- Born: Sarajevo, Bosnia and Herzegovina, Yugoslavia
- Known for: methods to address uncertainty in scientific and medical evidence and clinical decision-making

= Benjamin Djulbegovic =

American physician-scientist

Benjamin Djulbegovic is an American physician-scientist whose academic and research focus revolves around optimizing clinical research and the practice of medicine by comprehending the nature of medical evidence and decision-making.
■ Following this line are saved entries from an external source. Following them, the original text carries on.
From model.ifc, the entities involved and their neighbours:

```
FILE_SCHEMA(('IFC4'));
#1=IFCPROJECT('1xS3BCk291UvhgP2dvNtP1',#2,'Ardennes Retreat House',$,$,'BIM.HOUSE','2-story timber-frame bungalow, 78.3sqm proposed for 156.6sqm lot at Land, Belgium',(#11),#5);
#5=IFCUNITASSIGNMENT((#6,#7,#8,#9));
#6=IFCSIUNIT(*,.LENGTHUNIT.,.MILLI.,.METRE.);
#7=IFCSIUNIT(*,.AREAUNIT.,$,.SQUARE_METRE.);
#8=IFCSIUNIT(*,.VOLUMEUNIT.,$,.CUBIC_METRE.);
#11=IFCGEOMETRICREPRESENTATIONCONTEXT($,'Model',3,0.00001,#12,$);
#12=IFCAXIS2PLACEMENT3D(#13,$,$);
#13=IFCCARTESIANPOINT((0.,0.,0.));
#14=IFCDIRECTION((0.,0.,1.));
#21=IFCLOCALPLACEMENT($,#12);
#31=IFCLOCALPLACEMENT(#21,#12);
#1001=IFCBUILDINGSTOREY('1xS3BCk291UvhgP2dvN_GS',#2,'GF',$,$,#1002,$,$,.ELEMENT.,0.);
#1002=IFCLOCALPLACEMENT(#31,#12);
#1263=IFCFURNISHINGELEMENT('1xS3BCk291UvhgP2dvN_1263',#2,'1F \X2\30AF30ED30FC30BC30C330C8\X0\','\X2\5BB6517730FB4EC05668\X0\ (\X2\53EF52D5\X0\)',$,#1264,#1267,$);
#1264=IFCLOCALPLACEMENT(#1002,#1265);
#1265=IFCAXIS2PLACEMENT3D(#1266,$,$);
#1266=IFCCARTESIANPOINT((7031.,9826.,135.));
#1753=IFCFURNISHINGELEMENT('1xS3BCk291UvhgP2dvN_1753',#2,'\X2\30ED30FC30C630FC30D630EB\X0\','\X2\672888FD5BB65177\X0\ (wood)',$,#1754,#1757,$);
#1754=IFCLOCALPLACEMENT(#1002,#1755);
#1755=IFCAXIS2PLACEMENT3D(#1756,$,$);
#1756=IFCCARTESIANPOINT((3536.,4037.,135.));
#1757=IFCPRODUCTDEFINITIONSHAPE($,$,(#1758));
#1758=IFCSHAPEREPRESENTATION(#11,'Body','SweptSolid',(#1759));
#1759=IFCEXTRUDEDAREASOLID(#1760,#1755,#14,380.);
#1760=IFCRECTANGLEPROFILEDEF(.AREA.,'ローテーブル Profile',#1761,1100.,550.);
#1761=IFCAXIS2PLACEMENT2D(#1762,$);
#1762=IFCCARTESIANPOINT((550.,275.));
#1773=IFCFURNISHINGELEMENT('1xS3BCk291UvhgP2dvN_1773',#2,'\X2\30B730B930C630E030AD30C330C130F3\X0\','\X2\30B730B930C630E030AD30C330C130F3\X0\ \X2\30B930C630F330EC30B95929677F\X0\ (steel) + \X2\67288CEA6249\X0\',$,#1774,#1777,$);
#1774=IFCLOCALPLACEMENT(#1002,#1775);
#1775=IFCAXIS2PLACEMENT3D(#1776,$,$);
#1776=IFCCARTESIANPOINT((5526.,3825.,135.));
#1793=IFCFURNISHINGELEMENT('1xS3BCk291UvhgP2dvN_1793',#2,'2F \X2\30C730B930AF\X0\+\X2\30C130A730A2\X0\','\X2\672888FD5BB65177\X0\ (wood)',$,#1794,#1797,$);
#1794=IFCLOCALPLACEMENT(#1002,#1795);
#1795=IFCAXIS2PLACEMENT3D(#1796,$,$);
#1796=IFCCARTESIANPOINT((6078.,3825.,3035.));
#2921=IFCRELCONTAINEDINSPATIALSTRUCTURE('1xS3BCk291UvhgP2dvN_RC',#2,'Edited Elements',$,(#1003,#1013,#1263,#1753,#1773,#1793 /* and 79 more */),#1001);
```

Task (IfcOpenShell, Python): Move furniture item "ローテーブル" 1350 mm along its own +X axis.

```python
import ifcopenshell
import ifcopenshell.api.geometry
import ifcopenshell.util.placement

model = ifcopenshell.open("model.ifc")

item = model.by_guid("1xS3BCk291UvhgP2dvN_1753")
matrix = ifcopenshell.util.placement.get_local_placement(item.ObjectPlacement)
matrix[:3, 3] += matrix[:3, 0] * 1350.0
ifcopenshell.api.geometry.edit_object_placement(model, product=item, matrix=matrix, is_si=False)

print(ifcopenshell.util.placement.get_local_placement(item.ObjectPlacement).round(3) + 0.0)

model.write("model_updated.ifc")
```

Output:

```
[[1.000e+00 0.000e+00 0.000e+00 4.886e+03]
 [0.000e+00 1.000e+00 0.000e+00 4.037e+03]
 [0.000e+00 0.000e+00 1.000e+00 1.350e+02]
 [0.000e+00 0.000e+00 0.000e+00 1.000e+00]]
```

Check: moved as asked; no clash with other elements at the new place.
In his work, he has integrated concepts from evidence-based medicine (EBM), predictive analytics, health outcomes research, and the decision sciences.

==Biography==
Djulbegovic was born in Sarajevo, Bosnia and Herzegovina, Yugoslavia. He was trained both in basic sciences and clinical medicine. In 1983, Djulbegovic earned his medical degree and PhD in biomedical sciences from the University of Sarajevo. He earned an M.S. degree in biophysics from the University of Zagreb (1983–1985) and was trained in internal medicine and hematology at the University of Sarajevo, Belgrade, and Christie Hospital, Manchester, England. Subsequently, he completed his residency in internal medicine and a fellowship in hematology and medical oncology at the University of Louisville School of Medicine in the United States (1988–1991). Djulbegovic then joined the University of Louisville as an assistant (and later, associate) professor (1996–1998). In 1998 he moved to the H. Lee Moffitt Cancer Center and the University of South Florida (USF), where he became a full professor.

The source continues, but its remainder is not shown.